Extracted records

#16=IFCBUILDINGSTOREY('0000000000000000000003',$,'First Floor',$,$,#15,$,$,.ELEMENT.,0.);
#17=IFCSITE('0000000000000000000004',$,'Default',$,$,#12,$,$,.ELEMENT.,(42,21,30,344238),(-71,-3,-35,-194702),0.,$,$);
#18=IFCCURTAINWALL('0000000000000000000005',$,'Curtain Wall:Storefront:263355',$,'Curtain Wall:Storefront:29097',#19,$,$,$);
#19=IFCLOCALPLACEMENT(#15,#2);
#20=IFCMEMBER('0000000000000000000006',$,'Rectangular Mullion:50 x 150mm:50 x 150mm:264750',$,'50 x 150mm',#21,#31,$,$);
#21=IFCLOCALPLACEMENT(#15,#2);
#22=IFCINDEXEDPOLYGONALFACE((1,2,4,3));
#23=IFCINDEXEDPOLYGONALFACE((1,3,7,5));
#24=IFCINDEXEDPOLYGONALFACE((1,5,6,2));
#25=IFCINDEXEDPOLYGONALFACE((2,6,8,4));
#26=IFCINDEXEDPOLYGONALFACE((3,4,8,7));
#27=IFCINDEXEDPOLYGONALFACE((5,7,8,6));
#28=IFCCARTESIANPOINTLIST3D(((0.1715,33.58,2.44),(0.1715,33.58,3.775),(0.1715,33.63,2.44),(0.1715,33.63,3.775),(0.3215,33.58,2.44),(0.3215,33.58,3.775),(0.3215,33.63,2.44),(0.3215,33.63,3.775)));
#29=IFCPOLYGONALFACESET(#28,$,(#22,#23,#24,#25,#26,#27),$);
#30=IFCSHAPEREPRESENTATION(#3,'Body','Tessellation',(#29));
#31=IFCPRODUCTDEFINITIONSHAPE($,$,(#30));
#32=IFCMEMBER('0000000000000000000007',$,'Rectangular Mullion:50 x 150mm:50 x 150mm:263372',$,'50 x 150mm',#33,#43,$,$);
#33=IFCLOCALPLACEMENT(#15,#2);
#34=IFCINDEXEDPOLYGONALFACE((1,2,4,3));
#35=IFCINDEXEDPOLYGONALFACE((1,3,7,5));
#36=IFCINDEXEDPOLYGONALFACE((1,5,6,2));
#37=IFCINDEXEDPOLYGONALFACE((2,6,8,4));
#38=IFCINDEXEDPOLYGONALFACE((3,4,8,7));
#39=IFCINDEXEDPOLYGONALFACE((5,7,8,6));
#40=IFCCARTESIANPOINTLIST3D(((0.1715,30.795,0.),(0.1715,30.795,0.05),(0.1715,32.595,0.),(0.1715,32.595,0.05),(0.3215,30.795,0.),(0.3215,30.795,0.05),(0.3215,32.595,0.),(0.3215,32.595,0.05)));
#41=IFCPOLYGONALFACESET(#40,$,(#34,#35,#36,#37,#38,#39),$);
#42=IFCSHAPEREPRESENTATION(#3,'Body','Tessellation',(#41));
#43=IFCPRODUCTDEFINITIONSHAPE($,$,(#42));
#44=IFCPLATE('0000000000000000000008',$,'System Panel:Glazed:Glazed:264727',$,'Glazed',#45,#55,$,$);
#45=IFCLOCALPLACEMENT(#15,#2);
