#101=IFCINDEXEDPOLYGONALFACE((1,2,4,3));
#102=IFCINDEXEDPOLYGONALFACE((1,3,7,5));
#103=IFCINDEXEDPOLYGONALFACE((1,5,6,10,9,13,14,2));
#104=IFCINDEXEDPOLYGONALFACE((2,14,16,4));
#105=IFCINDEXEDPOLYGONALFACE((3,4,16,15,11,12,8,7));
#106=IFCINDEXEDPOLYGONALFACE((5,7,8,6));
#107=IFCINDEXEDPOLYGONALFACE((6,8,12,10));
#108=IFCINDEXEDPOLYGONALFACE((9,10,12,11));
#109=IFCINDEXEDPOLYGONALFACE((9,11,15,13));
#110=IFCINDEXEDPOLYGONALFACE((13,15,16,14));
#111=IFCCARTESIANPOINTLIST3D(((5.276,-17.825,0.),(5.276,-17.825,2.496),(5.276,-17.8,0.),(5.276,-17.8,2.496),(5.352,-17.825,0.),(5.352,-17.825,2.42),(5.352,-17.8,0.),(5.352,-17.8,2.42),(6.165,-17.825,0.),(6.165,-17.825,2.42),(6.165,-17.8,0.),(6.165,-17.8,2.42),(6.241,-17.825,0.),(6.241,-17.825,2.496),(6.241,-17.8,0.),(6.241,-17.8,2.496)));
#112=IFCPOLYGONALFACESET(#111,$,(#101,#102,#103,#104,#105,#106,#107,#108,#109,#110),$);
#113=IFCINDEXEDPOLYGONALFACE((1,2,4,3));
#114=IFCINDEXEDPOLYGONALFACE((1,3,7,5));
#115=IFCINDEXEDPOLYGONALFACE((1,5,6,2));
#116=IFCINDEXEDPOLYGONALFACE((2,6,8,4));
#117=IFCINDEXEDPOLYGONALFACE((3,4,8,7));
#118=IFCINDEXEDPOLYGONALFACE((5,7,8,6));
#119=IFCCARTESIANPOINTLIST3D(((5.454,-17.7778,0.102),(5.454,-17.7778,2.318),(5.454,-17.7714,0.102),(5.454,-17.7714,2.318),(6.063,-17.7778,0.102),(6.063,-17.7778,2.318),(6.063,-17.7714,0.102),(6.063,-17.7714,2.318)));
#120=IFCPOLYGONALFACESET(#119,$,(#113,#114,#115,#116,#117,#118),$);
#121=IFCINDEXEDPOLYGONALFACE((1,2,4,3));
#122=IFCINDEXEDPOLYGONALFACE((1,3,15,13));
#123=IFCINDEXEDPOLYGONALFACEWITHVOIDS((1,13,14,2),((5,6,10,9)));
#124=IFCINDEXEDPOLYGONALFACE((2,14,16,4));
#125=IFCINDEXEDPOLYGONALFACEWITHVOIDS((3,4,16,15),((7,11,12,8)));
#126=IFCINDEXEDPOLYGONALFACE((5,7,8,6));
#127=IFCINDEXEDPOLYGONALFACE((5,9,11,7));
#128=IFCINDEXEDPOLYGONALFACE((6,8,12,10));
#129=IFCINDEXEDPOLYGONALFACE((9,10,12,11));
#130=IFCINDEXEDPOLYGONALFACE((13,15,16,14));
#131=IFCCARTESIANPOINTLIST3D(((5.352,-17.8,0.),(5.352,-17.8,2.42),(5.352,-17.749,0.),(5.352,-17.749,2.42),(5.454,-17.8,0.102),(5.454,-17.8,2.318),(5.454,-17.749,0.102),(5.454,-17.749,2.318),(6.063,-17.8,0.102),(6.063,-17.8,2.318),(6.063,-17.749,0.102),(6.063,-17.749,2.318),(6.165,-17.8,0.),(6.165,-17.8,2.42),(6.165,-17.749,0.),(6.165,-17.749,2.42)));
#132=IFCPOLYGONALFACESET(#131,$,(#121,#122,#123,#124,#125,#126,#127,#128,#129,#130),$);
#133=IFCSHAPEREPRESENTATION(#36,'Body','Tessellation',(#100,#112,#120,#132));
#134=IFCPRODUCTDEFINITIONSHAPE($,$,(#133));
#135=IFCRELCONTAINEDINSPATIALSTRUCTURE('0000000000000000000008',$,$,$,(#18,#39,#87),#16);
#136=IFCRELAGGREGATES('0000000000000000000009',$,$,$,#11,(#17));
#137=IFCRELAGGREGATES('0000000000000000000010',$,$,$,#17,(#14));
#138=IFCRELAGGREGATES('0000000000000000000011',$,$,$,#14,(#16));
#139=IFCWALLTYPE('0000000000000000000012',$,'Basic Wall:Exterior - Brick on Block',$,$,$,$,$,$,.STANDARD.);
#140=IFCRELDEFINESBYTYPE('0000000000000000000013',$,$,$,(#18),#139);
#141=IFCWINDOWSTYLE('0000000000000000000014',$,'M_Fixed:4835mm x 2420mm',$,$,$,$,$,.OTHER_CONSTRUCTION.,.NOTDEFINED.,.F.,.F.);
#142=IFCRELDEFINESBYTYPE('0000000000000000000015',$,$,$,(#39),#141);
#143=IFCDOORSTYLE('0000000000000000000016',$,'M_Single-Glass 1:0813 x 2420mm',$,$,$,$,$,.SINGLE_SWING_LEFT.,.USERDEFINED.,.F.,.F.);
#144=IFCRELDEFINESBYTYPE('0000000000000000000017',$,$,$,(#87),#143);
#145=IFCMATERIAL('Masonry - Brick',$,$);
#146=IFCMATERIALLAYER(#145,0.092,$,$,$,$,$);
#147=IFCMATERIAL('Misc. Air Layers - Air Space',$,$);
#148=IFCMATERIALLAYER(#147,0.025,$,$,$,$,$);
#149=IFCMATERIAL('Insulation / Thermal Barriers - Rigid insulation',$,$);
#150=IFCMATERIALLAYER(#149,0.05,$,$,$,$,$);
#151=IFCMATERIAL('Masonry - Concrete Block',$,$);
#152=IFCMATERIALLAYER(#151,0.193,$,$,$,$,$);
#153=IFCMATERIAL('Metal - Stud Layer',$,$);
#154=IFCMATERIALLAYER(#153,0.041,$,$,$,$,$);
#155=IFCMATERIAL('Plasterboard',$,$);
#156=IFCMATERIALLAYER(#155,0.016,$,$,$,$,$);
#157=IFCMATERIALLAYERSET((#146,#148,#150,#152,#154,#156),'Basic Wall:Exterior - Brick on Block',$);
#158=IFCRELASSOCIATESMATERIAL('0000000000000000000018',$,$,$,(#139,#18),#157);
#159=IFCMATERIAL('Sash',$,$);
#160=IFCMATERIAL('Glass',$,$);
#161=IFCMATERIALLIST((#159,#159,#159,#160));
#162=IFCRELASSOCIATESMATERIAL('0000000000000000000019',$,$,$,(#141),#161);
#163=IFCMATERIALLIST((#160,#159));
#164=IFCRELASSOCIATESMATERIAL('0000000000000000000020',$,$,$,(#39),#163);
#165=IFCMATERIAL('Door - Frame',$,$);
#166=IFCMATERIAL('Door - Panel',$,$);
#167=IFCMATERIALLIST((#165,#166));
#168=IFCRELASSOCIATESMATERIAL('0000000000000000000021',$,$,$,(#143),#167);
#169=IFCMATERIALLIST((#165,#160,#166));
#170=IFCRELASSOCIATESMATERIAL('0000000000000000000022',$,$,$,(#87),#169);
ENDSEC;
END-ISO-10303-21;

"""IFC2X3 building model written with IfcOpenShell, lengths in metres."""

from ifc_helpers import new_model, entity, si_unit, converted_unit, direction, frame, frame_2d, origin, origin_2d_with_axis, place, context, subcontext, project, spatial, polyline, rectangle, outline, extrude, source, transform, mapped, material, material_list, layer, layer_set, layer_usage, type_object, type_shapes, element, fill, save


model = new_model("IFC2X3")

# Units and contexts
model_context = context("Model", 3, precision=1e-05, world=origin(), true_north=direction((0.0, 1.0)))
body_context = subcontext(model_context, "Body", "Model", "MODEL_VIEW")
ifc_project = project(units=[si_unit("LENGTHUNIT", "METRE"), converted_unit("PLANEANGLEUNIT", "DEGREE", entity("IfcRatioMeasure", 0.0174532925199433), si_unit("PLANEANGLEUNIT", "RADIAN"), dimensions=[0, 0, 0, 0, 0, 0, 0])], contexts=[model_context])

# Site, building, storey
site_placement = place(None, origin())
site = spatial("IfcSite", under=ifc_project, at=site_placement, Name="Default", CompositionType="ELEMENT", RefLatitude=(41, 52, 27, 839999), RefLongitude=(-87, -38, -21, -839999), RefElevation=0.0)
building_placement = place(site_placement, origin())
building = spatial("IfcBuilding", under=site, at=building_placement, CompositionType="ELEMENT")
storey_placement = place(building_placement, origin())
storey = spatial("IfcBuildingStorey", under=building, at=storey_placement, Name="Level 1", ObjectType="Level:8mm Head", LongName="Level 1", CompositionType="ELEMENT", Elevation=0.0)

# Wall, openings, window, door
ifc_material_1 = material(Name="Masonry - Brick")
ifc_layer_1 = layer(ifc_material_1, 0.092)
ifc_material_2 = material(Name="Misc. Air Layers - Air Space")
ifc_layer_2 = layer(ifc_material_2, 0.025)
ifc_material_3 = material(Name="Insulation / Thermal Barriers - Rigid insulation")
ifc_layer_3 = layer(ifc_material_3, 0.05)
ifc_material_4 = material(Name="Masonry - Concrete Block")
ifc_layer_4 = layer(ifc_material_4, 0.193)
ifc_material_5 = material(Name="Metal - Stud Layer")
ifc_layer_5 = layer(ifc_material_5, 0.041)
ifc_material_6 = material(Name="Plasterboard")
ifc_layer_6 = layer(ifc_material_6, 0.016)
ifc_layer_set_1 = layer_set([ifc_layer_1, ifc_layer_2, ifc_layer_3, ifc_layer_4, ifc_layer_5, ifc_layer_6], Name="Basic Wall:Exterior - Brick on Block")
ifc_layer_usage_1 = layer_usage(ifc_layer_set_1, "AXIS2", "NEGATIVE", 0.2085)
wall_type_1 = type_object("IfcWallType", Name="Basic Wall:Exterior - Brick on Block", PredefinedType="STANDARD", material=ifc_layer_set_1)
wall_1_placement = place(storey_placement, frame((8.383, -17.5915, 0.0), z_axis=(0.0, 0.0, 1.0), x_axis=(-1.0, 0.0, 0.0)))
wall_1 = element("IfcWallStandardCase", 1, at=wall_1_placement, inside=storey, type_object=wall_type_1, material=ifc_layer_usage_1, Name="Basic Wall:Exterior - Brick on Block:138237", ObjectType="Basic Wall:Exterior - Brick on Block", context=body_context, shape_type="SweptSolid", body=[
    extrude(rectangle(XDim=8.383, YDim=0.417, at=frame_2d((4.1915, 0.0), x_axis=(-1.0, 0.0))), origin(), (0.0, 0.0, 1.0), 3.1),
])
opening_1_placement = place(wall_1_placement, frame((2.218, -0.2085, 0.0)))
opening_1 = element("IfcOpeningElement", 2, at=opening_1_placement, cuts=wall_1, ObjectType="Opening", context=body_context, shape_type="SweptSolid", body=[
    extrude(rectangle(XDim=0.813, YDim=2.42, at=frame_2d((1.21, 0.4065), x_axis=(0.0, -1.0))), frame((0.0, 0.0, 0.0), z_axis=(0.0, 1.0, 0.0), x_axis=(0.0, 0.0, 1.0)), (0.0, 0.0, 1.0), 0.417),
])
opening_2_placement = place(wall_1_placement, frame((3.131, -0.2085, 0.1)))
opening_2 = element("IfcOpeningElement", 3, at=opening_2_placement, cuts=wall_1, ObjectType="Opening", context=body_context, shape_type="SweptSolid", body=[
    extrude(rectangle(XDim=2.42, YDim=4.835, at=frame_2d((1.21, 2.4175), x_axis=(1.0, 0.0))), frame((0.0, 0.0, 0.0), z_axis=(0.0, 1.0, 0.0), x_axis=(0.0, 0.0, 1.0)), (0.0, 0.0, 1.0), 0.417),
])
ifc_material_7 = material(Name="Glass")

_Work order_
Write down, word for word, the lines above from the one containing "ifc_layer_5 = layer(ifc_material_5, 0.041)" through the one containing "x_axis=(-1.0, 0.0, 0.0)))", both ends included.

_Response below_
ifc_layer_5 = layer(ifc_material_5, 0.041)
ifc_material_6 = material(Name="Plasterboard")
ifc_layer_6 = layer(ifc_material_6, 0.016)
ifc_layer_set_1 = layer_set([ifc_layer_1, ifc_layer_2, ifc_layer_3, ifc_layer_4, ifc_layer_5, ifc_layer_6], Name="Basic Wall:Exterior - Brick on Block")
ifc_layer_usage_1 = layer_usage(ifc_layer_set_1, "AXIS2", "NEGATIVE", 0.2085)
wall_type_1 = type_object("IfcWallType", Name="Basic Wall:Exterior - Brick on Block", PredefinedType="STANDARD", material=ifc_layer_set_1)
wall_1_placement = place(storey_placement, frame((8.383, -17.5915, 0.0), z_axis=(0.0, 0.0, 1.0), x_axis=(-1.0, 0.0, 0.0)))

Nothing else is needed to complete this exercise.